(Records supplied begins)

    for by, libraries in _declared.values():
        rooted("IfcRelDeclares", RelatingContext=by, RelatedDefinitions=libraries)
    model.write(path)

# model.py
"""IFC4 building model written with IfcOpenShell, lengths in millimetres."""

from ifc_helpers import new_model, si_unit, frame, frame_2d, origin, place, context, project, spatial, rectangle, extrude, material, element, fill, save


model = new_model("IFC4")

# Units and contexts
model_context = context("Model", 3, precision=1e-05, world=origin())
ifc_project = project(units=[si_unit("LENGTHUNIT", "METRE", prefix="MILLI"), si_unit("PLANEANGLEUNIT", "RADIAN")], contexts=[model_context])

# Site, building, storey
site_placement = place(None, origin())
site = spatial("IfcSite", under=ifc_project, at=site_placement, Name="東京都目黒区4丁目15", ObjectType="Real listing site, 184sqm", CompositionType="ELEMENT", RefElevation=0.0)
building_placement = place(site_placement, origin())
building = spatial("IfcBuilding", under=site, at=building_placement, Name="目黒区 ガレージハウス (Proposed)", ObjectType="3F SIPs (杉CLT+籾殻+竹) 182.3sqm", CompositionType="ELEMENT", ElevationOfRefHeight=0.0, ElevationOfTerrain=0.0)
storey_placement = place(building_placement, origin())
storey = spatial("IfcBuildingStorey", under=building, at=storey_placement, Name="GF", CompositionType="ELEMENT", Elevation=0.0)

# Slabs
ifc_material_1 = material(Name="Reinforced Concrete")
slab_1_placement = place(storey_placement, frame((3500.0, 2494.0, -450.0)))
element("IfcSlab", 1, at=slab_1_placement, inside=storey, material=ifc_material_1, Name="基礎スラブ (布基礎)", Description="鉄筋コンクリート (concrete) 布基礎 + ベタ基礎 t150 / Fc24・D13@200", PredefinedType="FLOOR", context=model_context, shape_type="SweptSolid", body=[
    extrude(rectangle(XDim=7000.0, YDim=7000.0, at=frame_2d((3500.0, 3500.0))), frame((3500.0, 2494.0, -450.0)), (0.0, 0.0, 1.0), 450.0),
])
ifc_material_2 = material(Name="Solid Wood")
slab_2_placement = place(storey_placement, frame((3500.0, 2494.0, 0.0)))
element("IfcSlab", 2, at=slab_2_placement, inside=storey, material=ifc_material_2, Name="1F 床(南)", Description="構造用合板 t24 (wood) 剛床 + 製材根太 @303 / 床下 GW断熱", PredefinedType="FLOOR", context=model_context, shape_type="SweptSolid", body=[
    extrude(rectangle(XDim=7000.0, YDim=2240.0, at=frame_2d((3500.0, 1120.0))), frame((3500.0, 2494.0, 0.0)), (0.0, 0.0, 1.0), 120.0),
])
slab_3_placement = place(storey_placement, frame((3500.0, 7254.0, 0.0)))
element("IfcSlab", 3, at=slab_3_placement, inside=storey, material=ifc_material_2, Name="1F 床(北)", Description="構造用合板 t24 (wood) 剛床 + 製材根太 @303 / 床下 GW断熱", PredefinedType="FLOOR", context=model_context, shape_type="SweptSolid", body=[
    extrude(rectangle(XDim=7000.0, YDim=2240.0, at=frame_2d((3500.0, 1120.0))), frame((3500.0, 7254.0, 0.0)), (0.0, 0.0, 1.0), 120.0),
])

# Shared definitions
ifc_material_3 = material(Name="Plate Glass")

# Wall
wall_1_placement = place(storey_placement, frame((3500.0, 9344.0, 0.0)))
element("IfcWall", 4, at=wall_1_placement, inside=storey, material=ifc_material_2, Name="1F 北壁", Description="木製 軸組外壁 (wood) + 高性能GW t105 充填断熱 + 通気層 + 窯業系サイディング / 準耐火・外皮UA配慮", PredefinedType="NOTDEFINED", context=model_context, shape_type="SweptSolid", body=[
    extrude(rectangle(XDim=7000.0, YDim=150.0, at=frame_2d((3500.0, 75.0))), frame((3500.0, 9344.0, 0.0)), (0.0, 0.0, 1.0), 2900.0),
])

(Records supplied ends)

Work item: Lines to set down from above: the line with "model.write(path)", the line with "site_placement = place(None, origin())", and every line between, each exactly as written.

Written reply:
    model.write(path)

# model.py
"""IFC4 building model written with IfcOpenShell, lengths in millimetres."""

from ifc_helpers import new_model, si_unit, frame, frame_2d, origin, place, context, project, spatial, rectangle, extrude, material, element, fill, save


model = new_model("IFC4")

# Units and contexts
model_context = context("Model", 3, precision=1e-05, world=origin())
ifc_project = project(units=[si_unit("LENGTHUNIT", "METRE", prefix="MILLI"), si_unit("PLANEANGLEUNIT", "RADIAN")], contexts=[model_context])

# Site, building, storey
site_placement = place(None, origin())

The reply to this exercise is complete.